In terms of the first issue, this is where the theme preview differs slightly from the editor. The theme preview shows you what the pattern looks like active in the theme, not in the block editor. So the pattern previewing done in the theme directory is closer to the end-user experience. The 'circling' of the social media icons is done by Gutenberg and goes back a few years it appears:
Based on my testing, if a user were to install your theme, add that pattern to a page and preview the page, they would be circled, as you see in the preview, and not as blocks as you see in the editor preview.
Are you seeing different behavior?
#3
in reply to:
↑ 2
;
follow-up:
↓ 4
@
2 years ago
Hey @dufresnesteven thanks for checking this out.
Replying to dufresnesteven:
I think you're correct about the second issue. It appears to be fixed. Can you validate?
Yeah its fixed! Good to see this :)
Replying to dufresnesteven:
Based on my testing, if a user were to install your theme, add that pattern to a page and preview the page, they would be circled, as you see in the preview, and not as blocks as you see in the editor preview.

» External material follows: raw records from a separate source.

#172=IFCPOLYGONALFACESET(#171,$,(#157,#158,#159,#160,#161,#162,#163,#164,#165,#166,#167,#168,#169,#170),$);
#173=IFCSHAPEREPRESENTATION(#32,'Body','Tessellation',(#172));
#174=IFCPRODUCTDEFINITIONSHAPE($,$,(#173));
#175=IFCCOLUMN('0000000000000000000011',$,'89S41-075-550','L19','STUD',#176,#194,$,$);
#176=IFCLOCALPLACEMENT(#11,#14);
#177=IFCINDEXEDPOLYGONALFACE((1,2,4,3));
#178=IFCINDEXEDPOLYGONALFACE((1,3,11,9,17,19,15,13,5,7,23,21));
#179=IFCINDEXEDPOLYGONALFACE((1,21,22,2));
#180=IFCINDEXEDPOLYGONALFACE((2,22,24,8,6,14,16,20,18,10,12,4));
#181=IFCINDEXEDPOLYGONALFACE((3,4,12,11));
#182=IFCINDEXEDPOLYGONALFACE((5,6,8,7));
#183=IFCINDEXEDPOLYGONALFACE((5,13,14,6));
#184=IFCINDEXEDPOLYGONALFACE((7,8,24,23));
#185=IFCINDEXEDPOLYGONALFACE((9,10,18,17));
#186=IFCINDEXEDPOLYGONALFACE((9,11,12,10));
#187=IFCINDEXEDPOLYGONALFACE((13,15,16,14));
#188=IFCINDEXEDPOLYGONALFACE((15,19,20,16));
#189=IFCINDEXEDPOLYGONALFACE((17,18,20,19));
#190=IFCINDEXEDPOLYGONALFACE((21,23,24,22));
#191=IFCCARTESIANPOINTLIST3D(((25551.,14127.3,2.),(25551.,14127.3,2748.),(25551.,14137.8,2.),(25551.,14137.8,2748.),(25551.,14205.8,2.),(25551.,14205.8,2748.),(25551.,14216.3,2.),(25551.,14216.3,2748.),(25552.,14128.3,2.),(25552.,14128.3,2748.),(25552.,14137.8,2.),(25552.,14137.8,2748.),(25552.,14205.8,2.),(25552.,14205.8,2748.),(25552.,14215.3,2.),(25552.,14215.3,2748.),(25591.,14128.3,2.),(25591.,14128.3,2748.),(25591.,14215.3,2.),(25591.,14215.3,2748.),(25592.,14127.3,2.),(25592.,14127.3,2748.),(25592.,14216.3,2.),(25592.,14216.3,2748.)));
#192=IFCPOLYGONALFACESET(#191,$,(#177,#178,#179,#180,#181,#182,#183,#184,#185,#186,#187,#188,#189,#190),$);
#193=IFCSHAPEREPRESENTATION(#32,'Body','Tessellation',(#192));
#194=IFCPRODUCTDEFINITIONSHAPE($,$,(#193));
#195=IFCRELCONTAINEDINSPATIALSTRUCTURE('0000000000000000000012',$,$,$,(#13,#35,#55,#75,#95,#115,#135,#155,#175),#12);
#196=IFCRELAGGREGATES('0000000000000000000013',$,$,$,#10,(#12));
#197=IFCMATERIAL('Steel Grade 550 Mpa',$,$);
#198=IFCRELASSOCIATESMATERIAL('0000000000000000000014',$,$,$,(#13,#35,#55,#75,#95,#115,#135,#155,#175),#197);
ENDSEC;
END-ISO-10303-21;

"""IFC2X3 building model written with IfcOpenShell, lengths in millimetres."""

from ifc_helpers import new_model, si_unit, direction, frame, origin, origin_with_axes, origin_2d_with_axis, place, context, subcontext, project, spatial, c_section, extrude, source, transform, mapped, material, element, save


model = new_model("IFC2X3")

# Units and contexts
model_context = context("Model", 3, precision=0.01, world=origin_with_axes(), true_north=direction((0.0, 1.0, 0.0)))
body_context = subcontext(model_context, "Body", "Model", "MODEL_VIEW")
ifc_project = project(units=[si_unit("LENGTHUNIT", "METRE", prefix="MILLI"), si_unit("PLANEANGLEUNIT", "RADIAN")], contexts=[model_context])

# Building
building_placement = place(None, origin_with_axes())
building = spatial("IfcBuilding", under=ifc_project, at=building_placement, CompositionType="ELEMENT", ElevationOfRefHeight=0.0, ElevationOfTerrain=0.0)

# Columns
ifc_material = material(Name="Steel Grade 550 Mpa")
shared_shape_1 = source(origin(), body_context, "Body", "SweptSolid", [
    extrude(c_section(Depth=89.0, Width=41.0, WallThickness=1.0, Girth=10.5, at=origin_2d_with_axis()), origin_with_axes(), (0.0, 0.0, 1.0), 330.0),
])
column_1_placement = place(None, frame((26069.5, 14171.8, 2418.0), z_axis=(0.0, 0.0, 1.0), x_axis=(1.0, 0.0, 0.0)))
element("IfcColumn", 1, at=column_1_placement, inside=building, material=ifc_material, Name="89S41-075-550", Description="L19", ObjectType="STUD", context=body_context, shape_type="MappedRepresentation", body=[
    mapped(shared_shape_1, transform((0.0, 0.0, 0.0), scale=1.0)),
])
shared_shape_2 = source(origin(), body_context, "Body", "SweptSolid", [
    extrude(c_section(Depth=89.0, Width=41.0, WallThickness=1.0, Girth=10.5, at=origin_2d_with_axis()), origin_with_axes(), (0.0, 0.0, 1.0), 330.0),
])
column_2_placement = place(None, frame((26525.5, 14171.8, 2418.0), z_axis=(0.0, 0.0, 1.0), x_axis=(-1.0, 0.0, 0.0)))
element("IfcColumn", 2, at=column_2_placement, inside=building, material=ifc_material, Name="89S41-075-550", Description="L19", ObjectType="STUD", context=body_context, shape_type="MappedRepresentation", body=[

Are you seeing different behavior?
Unfortunately yes, even in the published, theme-side I see everything square on my usage. The rounded CSS seems to win over my theme.json
settings only in the Pattern Preview.
#4
in reply to:
↑ 3
@
2 years ago
Unfortunately yes, even in the published, theme-side I see everything square on my usage. The rounded CSS seems to win over my
theme.json
settings only in the Pattern Preview.
Okay, thanks for confirming, I'll try to reproduce.
#5
@
2 years ago
I am able to reproduce both scenarios.
The reason why the Pattern Preview styles are overriding your border-radius: 0
style is because that website (the preview is generated by a website) has the Gutenberg
plugin specifically installed as a plugin. As a result, the Gutenberg styles are being queued after your inline CSS styles. Since this is a common scenario, I think it's probably better that you make sure your inline styles are always queued later or add !important
to that declaration.
You can reproduce by doing the following:
- Activate the theme in your environment
- Add pattern to a page
- Verify that the pattern looks correct on the page
- Install the latest version of Gutenberg as a plugin
- Verify that the pattern is now rounded on the page
#6
follow-up:
↓ 7
@
2 years ago
Uhmmm you got it @dufresnesteven!
I wonder if this is not the case of:
- Opening an issue in the Gutenberg repo;
- Discussing if the website should use the default WordPress Gutenberg instead of the plugin;
I would go by the second one because in the end, theme previews should look like what most end users will have.
Sadly, the !important
is not a good alternative for me because my border-radius
is coming from a theme.json
setting instead of a .css
file.
#7
in reply to:
↑ 6
;
follow-up:
↓ 8
@
2 years ago
I would go by the second one because in the end, theme previews should look like what most end users will have.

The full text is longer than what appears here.